# Off Road technical



## Ian Watts (18 Oct 2013)

A few months ago I had my first experience of off road technical stuff at Cannock Chase (something to do with a dog and a monkey) and spent more time off than on. In the end I moved and went to the blue trail while the rest of the team carried on. I just wasn't prepared.

There seems to be a lack of places to practice these technical skills - all or nothing. And there is such a difference between blue trails (which my family do, including my 9 year old daughter), and the red/black trails.

Does anyone know of places where you can train / practice these sets of skills - I would love to do it, but just jumping straight in seems too hard, especially with tons of people overtaking me all of the time.

Any suggestions??


----------



## fossyant (18 Oct 2013)

Practice. You've just got to do it.


----------



## Ian Watts (18 Oct 2013)

Are there places that are better for beginners than others? Practicing at Cannock chase was almost impossible as everyone was faster than me, and just kept overtaking me - I had to keep stopping (I feel like a right wuss now )


----------



## dan_bo (18 Oct 2013)

Go and have a mess about in the park- find a slope (not too steep) and let it roll through. Find a rooty bit, approach it rolling and lean back to take your weight off the front wheel. Get used to moving your body around and the bike moving around underneath you. 

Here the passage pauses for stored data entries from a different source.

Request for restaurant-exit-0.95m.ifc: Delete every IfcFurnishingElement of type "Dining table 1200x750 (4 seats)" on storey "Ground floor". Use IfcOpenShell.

First a look at what the model holds.

```python
import ifcopenshell
import ifcopenshell.util.element

model = ifcopenshell.open("restaurant-exit-0.95m.ifc")
print(model.schema)
storey = next(s for s in model.by_type("IfcBuildingStorey") if s.Name == "Ground floor")
furniture = [e for e in ifcopenshell.util.element.get_decomposition(storey) if e.is_a("IfcFurnishingElement")]
seen = {}
for e in furniture:
    element_type = ifcopenshell.util.element.get_type(e)
    name = element_type.Name if element_type not in (None, e) else None
    seen[name] = seen.get(name, 0) + 1
for name, count in sorted(seen.items(), key=str):
    print(count, "x", name)
```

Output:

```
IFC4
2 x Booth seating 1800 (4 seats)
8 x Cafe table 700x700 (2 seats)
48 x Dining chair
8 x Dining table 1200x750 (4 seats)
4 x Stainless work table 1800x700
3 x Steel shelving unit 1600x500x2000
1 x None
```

```python
import ifcopenshell
import ifcopenshell.api.root
import ifcopenshell.util.element

model = ifcopenshell.open("restaurant-exit-0.95m.ifc")

storey = next(s for s in model.by_type("IfcBuildingStorey") if s.Name == "Ground floor")
furniture = [e for e in ifcopenshell.util.element.get_decomposition(storey) if e.is_a("IfcFurnishingElement")]
targets = [e for e in furniture if (t := ifcopenshell.util.element.get_type(e)) not in (None, e) and t.Name == "Dining table 1200x750 (4 seats)"]

for e in targets:
    ifcopenshell.api.root.remove_product(model, product=e)
print(len(targets), "removed")

model.write("restaurant-exit-0.95m-out.ifc")
```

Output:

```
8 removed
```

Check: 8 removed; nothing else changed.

Jump off kerbs- forward and sideways-that kind of stuff. Before you know it, you'll start to pick up speed. Make sure you enjoy it though, cos it's not worth it if you don't!


----------



## Cubist (18 Oct 2013)

How close are you to Sherwood Pines (mansfield) ? The Kitchener trail there is a very light red, in fact, scrub that, it's a blue route, but can be ridden as fast and as hard as you like, and has the very occasional technical bit that takes a bit of thinking about. For beginners it's a fantastic place to raise your confidence, and it's very family oriented. There are a few chutes, whoops and berms on decent singletrack to teach you balance, cornering and weight shifting, but has very little by way of climbing or descending (though there are a couple of good fast sections if you pedal!) There are no rocks or rock gardens until you go and seek them out in the skills area.

Coed Llandegla would be a good progression as it's got a fun blue and a reasonably XC style Red route, albeit with a few more technical features. It's a fantastic family day out too, has a great cafe, and a skills are where you can go and practice the technical stuff. 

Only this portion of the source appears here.